Some special behavior of rw tactic

[znssong]

The following code would fail at exact test.symm:

axiom α : Type
axiom β : Type
axiom p : α → Prop
axiom q : α → Prop
axiom r : α → Prop
axiom rp : {x : α} → r x ↔ p x
axiom rq : {x : α} → r x ↔ q x
axiom f : (x : α) → p x → β
axiom g : (x : α) → q x → β
axiom y : β
axiom fx : (x : α) → (hx : r x) → f x (rp.mp hx) = g x (rq.mp hx)
example (x : α) (hx : r x) : g x (rq.mp hx) = y := by
  have test : y = f x (rp.mp hx) := by sorry
  have test₂ : 0 = 0 := by rfl
  rw [fx _] at test
  exact test.symm

If remove test₂, it would works.

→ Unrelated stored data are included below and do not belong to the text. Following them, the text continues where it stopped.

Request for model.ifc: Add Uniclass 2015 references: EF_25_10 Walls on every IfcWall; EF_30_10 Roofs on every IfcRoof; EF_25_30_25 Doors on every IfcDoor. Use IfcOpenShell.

First a look at what the model holds.

```python
import ifcopenshell

model = ifcopenshell.open("model.ifc")
print(model.schema)
print("classifications:", [c.Name for c in model.by_type("IfcClassification")])
for ifc_class in ("IfcDoor", "IfcRoof", "IfcStair", "IfcWall", "IfcWindow"):
    print(ifc_class, len(model.by_type(ifc_class)))
```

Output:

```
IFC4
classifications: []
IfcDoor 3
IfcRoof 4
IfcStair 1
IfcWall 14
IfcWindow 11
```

```python
import ifcopenshell
import ifcopenshell.api.classification

model = ifcopenshell.open("model.ifc")

system = ifcopenshell.api.classification.add_classification(model, classification="Uniclass 2015")

codes = {
    "IfcWall": ("EF_25_10", "Walls"),
    "IfcRoof": ("EF_30_10", "Roofs"),
    "IfcDoor": ("EF_25_30_25", "Doors"),
}
for ifc_class, (code, name) in codes.items():
    products = model.by_type(ifc_class)
    ifcopenshell.api.classification.add_reference(
        model, products=products, classification=system, identification=code, name=name
    )
    print(code, len(products))

model.write("model_v2.ifc")
```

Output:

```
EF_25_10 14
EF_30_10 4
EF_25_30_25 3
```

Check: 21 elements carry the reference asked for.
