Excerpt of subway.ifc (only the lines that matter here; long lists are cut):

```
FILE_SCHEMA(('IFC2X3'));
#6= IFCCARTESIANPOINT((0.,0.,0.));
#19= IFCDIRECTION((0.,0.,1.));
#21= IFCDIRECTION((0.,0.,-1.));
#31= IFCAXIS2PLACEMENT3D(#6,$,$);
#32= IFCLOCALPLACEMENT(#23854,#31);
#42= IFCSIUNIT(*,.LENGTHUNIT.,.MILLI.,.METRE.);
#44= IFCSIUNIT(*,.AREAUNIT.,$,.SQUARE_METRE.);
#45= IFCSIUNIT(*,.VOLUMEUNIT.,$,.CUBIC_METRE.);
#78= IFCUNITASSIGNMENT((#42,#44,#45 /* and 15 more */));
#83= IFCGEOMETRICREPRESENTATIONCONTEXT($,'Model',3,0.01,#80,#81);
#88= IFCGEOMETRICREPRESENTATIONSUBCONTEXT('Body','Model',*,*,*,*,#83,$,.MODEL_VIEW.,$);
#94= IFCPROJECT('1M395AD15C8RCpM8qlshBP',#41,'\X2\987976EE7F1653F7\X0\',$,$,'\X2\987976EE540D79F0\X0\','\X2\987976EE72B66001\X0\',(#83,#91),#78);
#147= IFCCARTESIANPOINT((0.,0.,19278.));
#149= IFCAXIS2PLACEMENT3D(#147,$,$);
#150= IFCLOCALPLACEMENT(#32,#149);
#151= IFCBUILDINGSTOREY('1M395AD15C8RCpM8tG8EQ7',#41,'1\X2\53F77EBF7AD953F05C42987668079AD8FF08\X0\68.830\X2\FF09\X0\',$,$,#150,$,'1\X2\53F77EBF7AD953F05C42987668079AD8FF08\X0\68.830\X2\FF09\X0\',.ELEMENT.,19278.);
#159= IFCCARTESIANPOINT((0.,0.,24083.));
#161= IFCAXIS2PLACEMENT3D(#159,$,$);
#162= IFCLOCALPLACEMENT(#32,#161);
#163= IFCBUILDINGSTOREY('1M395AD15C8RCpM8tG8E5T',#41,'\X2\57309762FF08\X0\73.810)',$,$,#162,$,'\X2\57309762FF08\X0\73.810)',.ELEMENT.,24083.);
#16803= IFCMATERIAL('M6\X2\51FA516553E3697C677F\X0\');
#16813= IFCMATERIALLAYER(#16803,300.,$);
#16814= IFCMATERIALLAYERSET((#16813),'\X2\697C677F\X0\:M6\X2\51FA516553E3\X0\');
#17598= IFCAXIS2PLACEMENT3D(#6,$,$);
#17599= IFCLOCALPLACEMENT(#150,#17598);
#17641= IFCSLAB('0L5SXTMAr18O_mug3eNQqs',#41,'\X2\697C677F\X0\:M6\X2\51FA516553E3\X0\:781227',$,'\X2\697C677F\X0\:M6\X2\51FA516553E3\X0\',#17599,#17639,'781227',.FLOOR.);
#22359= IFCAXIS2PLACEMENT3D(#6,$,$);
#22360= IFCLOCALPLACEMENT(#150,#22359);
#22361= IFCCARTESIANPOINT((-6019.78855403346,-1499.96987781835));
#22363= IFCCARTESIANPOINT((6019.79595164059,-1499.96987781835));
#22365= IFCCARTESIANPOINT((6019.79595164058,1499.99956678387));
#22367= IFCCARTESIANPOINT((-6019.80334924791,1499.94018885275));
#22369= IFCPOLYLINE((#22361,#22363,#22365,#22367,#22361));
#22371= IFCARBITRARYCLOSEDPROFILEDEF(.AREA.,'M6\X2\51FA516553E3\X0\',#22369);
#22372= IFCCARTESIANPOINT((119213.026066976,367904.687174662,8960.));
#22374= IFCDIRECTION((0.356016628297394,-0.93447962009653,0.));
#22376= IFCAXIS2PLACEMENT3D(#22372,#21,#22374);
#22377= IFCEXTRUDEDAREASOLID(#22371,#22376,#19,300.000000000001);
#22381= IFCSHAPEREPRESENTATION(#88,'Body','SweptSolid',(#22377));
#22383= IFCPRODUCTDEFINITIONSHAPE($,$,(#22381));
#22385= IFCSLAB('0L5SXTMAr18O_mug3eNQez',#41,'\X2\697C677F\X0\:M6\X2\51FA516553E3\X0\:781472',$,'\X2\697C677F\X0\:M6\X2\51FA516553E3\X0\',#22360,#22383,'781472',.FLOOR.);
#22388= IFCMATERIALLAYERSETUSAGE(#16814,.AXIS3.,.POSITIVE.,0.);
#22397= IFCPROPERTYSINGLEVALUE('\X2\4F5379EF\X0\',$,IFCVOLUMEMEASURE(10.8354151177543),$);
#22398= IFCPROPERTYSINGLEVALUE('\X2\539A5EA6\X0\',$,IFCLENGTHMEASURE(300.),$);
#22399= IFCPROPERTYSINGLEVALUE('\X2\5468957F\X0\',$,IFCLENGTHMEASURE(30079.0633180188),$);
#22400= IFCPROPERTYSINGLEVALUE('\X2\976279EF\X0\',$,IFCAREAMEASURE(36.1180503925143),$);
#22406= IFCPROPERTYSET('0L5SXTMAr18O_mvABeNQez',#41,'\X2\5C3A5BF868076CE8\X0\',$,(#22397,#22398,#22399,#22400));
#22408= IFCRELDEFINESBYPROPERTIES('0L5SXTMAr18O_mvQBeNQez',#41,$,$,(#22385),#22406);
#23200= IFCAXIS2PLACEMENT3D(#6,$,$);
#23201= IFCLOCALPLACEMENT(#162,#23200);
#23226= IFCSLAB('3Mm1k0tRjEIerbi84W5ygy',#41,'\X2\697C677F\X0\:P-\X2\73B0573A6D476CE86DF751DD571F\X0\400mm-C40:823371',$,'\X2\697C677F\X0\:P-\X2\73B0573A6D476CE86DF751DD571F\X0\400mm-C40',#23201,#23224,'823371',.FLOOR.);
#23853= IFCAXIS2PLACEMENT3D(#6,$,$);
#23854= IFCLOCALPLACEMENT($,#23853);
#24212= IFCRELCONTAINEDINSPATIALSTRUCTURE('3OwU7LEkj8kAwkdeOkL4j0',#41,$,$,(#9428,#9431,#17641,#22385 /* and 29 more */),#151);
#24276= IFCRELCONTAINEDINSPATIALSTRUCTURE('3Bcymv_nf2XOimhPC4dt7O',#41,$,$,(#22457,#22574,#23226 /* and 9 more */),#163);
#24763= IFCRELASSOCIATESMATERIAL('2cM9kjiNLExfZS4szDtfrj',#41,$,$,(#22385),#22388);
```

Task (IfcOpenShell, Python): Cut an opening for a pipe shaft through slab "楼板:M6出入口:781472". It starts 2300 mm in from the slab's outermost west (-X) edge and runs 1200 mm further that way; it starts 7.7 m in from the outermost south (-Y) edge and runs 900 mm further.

```python
import numpy as np
import ifcopenshell
import ifcopenshell.api.feature
import ifcopenshell.api.geometry
import ifcopenshell.api.pset
import ifcopenshell.api.root
import ifcopenshell.geom
import ifcopenshell.util.element
import ifcopenshell.util.placement
import ifcopenshell.util.representation
import ifcopenshell.util.shape
import ifcopenshell.util.unit

model = ifcopenshell.open("subway.ifc")
unit_scale = ifcopenshell.util.unit.calculate_unit_scale(model)
area_scale = ifcopenshell.util.unit.calculate_unit_scale(model, "AREAUNIT")
volume_scale = ifcopenshell.util.unit.calculate_unit_scale(model, "VOLUMEUNIT")
settings = ifcopenshell.geom.settings()


def volume(element):
    """Net volume in cubic metres, openings subtracted."""
    shape = ifcopenshell.geom.create_shape(settings, element)
    return ifcopenshell.util.shape.get_volume(shape.geometry)


slab = model.by_id(22385)
before = volume(slab)

# Extent in the slab's own axes, in metres. The edges named are its -X and -Y sides.
slab_shape = ifcopenshell.geom.create_shape(settings, slab)
vertices = ifcopenshell.util.shape.get_vertices(slab_shape.geometry)
x_min, y_min, bottom = vertices.min(axis=0)
top = vertices[:, 2].max()

opening = ifcopenshell.api.root.create_entity(model, ifc_class="IfcOpeningElement", name="Pipe shaft opening")
context = ifcopenshell.util.representation.get_context(model, "Model", "Body", "MODEL_VIEW")
width, depth = 1.2, 0.9
outline = [(0.0, 0.0), (width, 0.0), (width, depth), (0.0, depth), (0.0, 0.0)]
# Overshoot both faces by 50 mm so the cut is clean.
shape = ifcopenshell.api.geometry.add_slab_representation(
    model, context=context, depth=top - bottom + 0.1, polyline=outline
)
ifcopenshell.api.geometry.assign_representation(model, product=opening, representation=shape)

matrix = ifcopenshell.util.placement.get_local_placement(slab.ObjectPlacement)
matrix[:, 3] = matrix @ np.append(np.array([x_min + 2.3, y_min + 7.7, bottom - 0.05]) / unit_scale, 1.0)
ifcopenshell.api.geometry.edit_object_placement(model, product=opening, matrix=matrix, is_si=False)
ifcopenshell.api.feature.add_feature(model, feature=opening, element=slab)

after = volume(slab)

# Update the slab's stored quantities.
pset = model.by_id(ifcopenshell.util.element.get_pset(slab, "尺寸标注", should_inherit=False)["id"])
ifcopenshell.api.pset.edit_pset(model, pset=pset, properties={
    "体积": model.create_entity("IfcVolumeMeasure", after / volume_scale),
    "面积": model.create_entity("IfcAreaMeasure", after / (top - bottom) / area_scale),
})

print(f"slab volume {before:.3f} -> {after:.3f} m3")

model.write("subway_updated.ifc")
```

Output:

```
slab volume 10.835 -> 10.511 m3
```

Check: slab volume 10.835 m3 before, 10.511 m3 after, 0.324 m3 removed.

I posted this phenomenon to the Zulip channel at https://leanprover.zulipchat.com/#narrow/stream/113489-new-members/topic/A.20subtle.20detail.20about.20Lean.20.60rw.60.20tactic. I also posted some analysis of Lean source code on the thread, and Eric Wieser suggested me to file a bug.

[Kha]

I think this is a duplicate of #4885?